# Will Windows 7 ever see a Service Pack 2 update like XP got before Vista came out?



## Phusius (Aug 11, 2012)

Just wondering, since Win 8 is coming out soon and I have no intention of upgrading.  Be nice if Microsoft still gives a nice large update again.


----------



## erocker (Aug 11, 2012)

Most likely... There is no date though.


----------



## FordGT90Concept (Aug 11, 2012)

I dunno, they only release Service Packs when there is something big they want to change.  Windows 8 represents that "something big."

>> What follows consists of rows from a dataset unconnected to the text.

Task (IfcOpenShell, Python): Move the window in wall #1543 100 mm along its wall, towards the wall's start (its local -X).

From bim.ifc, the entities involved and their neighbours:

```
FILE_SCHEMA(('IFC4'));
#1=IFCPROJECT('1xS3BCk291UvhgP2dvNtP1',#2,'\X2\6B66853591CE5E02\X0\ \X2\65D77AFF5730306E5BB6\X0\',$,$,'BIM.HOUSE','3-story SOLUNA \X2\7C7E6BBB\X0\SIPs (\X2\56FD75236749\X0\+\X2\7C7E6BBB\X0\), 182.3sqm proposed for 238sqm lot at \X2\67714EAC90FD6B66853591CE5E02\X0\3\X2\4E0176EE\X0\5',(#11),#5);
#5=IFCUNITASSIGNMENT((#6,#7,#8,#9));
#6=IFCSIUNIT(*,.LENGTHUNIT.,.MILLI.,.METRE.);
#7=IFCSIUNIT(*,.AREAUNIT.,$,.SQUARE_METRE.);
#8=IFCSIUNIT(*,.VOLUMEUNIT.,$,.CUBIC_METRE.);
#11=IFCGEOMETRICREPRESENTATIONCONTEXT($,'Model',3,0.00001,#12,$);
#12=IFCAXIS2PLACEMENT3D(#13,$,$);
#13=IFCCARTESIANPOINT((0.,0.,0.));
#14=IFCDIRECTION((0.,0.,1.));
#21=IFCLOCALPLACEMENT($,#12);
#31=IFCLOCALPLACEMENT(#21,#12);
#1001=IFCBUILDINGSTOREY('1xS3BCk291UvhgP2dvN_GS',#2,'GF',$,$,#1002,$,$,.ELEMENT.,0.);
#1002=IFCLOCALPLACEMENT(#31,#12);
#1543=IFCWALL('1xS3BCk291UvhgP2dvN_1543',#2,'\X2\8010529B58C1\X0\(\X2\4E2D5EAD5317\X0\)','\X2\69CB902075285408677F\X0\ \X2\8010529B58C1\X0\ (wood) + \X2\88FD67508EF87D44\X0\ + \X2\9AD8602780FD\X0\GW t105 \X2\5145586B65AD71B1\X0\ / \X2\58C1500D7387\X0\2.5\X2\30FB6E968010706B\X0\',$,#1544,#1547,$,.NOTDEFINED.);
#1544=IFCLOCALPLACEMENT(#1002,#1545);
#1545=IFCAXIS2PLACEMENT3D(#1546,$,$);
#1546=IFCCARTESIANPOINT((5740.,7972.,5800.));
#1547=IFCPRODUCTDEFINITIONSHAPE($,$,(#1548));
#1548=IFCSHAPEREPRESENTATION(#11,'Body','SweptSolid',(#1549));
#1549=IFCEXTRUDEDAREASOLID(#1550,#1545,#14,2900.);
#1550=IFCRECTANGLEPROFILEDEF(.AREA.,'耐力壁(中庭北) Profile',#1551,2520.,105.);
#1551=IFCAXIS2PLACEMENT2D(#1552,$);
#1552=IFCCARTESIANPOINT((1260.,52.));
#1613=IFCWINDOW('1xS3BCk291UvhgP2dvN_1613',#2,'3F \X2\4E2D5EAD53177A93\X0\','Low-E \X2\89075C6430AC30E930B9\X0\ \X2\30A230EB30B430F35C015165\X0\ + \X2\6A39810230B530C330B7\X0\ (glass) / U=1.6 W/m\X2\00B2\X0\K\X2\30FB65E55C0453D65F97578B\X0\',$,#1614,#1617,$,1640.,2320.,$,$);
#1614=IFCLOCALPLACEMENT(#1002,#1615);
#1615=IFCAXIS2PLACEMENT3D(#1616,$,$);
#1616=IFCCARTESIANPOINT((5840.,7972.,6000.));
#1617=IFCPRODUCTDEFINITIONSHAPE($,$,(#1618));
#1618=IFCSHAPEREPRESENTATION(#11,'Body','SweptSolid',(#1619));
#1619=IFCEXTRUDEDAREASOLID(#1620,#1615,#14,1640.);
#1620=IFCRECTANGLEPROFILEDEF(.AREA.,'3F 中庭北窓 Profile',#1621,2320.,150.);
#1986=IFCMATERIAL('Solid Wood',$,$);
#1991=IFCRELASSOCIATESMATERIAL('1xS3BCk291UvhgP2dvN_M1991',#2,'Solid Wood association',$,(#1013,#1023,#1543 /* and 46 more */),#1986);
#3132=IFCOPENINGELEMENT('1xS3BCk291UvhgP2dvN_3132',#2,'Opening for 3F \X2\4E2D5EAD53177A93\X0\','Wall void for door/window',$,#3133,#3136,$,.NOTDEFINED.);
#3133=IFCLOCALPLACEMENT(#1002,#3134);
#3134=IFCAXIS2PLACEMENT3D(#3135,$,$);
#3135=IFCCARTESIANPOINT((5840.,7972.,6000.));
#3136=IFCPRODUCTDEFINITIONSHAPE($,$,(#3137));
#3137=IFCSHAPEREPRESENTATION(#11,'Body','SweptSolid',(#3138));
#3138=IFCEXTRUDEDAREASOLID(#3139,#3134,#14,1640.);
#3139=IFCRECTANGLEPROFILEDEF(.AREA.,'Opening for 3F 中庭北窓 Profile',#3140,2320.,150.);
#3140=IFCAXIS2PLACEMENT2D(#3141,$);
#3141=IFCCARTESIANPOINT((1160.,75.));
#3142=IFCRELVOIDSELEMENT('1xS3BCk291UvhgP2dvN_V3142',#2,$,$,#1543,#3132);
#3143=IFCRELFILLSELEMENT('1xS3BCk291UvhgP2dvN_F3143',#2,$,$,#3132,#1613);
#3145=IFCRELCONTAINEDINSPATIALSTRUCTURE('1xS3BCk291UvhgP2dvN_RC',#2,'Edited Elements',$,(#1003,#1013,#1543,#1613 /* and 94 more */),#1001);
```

```python
import ifcopenshell
import ifcopenshell.api.geometry
import ifcopenshell.util.placement
import ifcopenshell.util.unit

model = ifcopenshell.open("bim.ifc")
unit_scale = ifcopenshell.util.unit.calculate_unit_scale(model)

window = model.by_guid("1xS3BCk291UvhgP2dvN_1613")
opening = window.FillsVoids[0].RelatingOpeningElement
wall = opening.VoidsElements[0].RelatingBuildingElement

wall_matrix = ifcopenshell.util.placement.get_local_placement(wall.ObjectPlacement)
shift = wall_matrix[:3, 0] * -0.1 / unit_scale
before = ifcopenshell.util.placement.get_local_placement(window.ObjectPlacement)[:3, 3].copy()

# The window is not placed relative to its opening, so move both.
for product in (opening, window):
    matrix = ifcopenshell.util.placement.get_local_placement(product.ObjectPlacement)
    matrix[:3, 3] += shift
    ifcopenshell.api.geometry.edit_object_placement(model, product=product, matrix=matrix, is_si=False)

after = ifcopenshell.util.placement.get_local_placement(window.ObjectPlacement)[:3, 3]
print("window moved by", (after - before).round(3) + 0.0)

model.write("bim_rev.ifc")
```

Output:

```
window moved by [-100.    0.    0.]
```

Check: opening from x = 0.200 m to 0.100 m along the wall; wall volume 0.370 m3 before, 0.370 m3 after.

If there is a Service Pack 2 coming, there's nothing online about it so it probably wouldn't happen until at least 2013.


----------



## Drone (Aug 11, 2012)

XP didn't get its SP4, Vista didn't get its SP3. Most likely 7 won't have SP2. They're too busy with 8, plus they already have something for Windows 9.

Windows 7 SP1 wasn't anything special anyway (mostly Tuesday patches/fixes).


----------



## Frick (Aug 11, 2012)

Drone said:


> XP didn't get its SP4, Vista didn't get its SP3. Most likely 7 won't have SP2. They're too busy with 8, plus they already have something for Windows 9.



SP3 for XP was released more than a year after Vista came out. It'll probably depend on how well Win8 does.


----------



## D007 (Aug 11, 2012)

Drone said:


> XP didn't get its SP4, Vista didn't get its SP3. Most likely 7 won't have SP2. They're too busy with 8, plus they already have something for Windows 9.
> 
> Windows 7 SP1 wasn't anything special anyway (mostly Tuesday patches/fixes).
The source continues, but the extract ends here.